Related Work & Insights¶
- vs. IKE: IKE leverages retrieval-augmented in-context learning to maintain a stable baseline but struggles with multihop knowledge propagation. Hybrid-DMKG enables explicit reasoning chains through structured KG traversal.
- vs. MEND/SERAC: Parameter-modification methods nearly completely fail on multihop reasoning (H-Acc ≈ 0%), demonstrating that single-hop editing capability does not generalize to multihop settings.
- vs.

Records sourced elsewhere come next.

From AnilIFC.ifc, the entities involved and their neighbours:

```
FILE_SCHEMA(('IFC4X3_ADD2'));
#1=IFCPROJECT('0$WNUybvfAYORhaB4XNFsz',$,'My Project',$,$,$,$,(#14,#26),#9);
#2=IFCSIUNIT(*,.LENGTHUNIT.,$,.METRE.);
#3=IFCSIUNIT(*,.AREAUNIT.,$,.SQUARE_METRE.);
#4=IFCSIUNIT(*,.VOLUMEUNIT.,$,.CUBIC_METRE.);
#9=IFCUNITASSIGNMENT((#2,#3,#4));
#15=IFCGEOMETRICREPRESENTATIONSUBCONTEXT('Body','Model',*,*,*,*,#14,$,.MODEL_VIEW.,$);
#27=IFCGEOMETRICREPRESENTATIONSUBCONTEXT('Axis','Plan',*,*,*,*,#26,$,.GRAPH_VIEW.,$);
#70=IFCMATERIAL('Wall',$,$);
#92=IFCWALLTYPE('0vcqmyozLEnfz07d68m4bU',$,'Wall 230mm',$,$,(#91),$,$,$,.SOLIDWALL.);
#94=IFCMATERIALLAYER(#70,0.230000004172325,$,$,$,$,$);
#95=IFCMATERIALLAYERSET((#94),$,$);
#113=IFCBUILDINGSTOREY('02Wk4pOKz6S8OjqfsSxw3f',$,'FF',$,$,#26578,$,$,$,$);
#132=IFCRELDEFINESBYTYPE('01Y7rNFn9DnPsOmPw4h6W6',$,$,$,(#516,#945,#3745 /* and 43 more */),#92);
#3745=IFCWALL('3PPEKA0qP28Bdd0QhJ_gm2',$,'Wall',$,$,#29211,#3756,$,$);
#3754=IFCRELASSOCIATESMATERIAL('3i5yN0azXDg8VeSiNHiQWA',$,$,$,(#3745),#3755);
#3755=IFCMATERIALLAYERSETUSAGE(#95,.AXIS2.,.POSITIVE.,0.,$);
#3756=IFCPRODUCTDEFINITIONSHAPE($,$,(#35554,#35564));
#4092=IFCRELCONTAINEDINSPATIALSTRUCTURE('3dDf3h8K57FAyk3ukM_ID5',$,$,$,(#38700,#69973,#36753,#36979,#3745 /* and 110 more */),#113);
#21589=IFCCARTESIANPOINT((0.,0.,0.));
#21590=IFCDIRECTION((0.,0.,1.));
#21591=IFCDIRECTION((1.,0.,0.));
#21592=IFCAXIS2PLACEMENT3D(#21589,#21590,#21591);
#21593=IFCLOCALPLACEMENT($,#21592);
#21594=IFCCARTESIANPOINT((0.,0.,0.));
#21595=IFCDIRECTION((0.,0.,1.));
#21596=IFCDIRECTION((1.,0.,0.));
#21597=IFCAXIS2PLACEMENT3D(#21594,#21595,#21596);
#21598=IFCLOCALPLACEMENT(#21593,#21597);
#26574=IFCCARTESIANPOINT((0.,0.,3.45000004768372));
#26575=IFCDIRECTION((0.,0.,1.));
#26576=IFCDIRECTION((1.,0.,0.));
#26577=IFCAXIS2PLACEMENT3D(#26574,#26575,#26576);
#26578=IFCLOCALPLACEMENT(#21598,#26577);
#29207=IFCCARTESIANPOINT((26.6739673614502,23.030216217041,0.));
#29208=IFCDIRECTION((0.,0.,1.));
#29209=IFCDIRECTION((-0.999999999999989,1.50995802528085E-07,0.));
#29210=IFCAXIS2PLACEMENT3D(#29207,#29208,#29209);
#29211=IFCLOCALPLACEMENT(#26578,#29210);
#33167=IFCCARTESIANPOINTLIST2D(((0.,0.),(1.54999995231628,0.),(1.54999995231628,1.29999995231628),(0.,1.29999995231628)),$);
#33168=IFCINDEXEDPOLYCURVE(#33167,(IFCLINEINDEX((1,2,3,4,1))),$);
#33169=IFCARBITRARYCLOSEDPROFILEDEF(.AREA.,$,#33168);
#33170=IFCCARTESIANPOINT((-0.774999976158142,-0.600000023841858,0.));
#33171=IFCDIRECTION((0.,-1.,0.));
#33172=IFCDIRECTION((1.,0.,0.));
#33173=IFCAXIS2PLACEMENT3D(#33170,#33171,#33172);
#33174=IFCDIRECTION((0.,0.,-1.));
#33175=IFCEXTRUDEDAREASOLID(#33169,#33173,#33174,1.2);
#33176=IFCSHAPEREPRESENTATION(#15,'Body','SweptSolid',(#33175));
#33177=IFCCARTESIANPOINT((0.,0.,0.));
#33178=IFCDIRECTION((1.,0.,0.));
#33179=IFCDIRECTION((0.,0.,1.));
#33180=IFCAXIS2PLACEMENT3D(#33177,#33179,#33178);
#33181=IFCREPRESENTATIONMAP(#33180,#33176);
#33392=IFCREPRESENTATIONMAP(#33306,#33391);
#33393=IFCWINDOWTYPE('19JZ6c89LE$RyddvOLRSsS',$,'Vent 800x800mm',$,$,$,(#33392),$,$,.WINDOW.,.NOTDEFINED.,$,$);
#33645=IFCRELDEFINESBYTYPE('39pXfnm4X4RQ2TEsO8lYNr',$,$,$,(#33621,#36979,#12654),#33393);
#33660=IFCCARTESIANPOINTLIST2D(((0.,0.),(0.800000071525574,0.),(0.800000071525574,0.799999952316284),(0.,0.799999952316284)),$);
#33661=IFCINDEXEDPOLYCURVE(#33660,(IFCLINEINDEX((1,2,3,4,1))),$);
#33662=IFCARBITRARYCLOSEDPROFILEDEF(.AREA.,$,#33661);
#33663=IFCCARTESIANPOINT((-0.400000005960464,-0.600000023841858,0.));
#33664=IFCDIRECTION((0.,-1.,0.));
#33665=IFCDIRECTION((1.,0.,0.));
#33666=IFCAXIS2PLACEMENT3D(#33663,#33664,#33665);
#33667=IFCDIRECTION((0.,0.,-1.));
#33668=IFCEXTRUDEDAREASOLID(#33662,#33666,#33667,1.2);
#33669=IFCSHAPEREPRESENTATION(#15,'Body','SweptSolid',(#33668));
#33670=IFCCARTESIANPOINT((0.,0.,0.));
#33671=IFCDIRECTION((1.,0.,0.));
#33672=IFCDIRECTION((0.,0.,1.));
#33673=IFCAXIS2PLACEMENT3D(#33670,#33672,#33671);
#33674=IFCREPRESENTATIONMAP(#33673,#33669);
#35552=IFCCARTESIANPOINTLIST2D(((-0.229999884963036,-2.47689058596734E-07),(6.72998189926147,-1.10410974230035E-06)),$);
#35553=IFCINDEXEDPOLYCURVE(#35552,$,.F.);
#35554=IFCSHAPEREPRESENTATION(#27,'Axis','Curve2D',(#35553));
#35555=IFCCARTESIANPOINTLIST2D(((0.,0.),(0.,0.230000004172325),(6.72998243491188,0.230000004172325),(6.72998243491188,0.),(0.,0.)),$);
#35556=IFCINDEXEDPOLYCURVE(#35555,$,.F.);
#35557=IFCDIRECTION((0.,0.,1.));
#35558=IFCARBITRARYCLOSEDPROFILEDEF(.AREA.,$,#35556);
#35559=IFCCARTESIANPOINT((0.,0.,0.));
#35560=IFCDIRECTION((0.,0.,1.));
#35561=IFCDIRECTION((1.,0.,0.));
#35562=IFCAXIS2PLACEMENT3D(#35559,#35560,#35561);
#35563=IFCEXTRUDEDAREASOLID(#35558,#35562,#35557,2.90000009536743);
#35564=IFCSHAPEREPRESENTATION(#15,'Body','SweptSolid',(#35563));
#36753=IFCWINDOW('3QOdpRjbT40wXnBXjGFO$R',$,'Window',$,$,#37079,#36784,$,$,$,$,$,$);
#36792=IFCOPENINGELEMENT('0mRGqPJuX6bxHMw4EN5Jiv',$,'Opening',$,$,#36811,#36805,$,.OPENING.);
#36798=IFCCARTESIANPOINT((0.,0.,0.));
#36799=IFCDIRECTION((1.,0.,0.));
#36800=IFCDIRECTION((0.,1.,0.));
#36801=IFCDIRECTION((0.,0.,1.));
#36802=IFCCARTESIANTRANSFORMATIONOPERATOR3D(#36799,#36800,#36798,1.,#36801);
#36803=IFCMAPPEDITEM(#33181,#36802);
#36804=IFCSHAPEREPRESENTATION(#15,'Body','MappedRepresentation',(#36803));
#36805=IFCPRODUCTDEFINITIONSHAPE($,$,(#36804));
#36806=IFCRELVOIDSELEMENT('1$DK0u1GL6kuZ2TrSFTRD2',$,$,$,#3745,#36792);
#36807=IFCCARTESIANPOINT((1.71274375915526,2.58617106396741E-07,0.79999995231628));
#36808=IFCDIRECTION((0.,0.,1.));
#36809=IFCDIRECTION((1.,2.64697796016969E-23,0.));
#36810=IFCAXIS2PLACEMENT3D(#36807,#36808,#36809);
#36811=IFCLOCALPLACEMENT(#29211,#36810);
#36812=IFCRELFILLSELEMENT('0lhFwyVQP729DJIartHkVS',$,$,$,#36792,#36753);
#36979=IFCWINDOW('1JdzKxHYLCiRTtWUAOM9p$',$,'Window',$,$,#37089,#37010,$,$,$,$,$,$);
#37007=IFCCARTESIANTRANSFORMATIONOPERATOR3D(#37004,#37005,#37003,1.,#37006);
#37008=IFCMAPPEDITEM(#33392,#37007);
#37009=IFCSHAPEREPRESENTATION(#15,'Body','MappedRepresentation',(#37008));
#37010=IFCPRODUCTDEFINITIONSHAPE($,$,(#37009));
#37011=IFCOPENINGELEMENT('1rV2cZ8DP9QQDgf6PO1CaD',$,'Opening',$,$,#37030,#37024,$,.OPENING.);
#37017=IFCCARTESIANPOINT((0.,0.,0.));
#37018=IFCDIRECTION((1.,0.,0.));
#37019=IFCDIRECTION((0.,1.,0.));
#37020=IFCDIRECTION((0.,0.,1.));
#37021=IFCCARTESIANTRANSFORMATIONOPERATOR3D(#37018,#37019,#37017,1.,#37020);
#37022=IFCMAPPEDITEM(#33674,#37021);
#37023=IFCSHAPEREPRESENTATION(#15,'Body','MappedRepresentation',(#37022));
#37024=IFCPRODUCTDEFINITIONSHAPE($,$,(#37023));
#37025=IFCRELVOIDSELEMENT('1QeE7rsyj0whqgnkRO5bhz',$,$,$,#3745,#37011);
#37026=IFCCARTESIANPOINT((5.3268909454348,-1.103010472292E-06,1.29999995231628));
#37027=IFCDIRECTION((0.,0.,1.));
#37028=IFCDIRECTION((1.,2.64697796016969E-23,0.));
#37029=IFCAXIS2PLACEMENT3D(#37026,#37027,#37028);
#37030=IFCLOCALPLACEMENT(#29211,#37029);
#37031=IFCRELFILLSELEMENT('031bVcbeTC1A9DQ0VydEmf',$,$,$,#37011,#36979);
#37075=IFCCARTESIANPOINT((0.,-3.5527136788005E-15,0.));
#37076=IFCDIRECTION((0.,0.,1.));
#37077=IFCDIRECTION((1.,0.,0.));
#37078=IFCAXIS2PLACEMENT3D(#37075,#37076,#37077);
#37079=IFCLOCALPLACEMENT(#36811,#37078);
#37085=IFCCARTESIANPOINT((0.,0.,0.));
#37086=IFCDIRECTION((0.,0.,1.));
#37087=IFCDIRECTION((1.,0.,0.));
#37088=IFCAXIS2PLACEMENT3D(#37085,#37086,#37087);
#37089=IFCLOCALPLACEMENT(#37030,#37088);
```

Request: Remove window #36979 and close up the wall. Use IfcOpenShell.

```python
import ifcopenshell
import ifcopenshell.api.feature
import ifcopenshell.api.root
import ifcopenshell.geom
import ifcopenshell.util.shape

model = ifcopenshell.open("AnilIFC.ifc")
settings = ifcopenshell.geom.settings()


def volume(element):
    """Net volume in cubic metres, openings subtracted."""
    shape = ifcopenshell.geom.create_shape(settings, element)
    return ifcopenshell.util.shape.get_volume(shape.geometry)


window = model.by_guid("1JdzKxHYLCiRTtWUAOM9p$")
opening = window.FillsVoids[0].RelatingOpeningElement
wall = opening.VoidsElements[0].RelatingBuildingElement
before = volume(wall)

ifcopenshell.api.root.remove_product(model, product=window)
ifcopenshell.api.feature.remove_feature(model, feature=opening)

after = volume(wall)

print(f"wall volume {before:.3f} -> {after:.3f} m3")

model.write("AnilIFC_edited.ifc")
```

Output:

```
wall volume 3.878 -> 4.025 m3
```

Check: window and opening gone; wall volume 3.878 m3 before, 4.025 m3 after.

MQUAKE: MMQAKE extends pure-text multihop knowledge editing evaluation to the multimodal setting, adding dimensions of visual paraphrase robustness and step-wise assessment.
The use of knowledge graphs as external knowledge stores demonstrates unique advantages in knowledge editing scenarios, enabling precise localization and modification of specific triples. The dual-channel reasoning with reflection-based decision-making is a design pattern generalizable to other tasks requiring multi-source evidence fusion. The step-wise evaluation protocol of MMQAKE establishes a more rigorous standard for future multihop reasoning research.
Rating¶
- Novelty: ⭐⭐⭐⭐ — First multimodal multihop knowledge editing benchmark combined with a DMKG-based hybrid reasoning framework.
- Experimental Thoroughness: ⭐⭐⭐⭐ — Multiple backbones, ablation studies, hop-wise analysis, and no-alias control experiments.
- Writing Quality: ⭐⭐⭐⭐ — Problem formulation is clear; Figures 1 and 2 provide intuitive illustrations.
- Value: ⭐⭐⭐⭐ — Addresses an important problem and contributes a usable benchmark, though absolute H-Acc values still leave substantial room for improvement.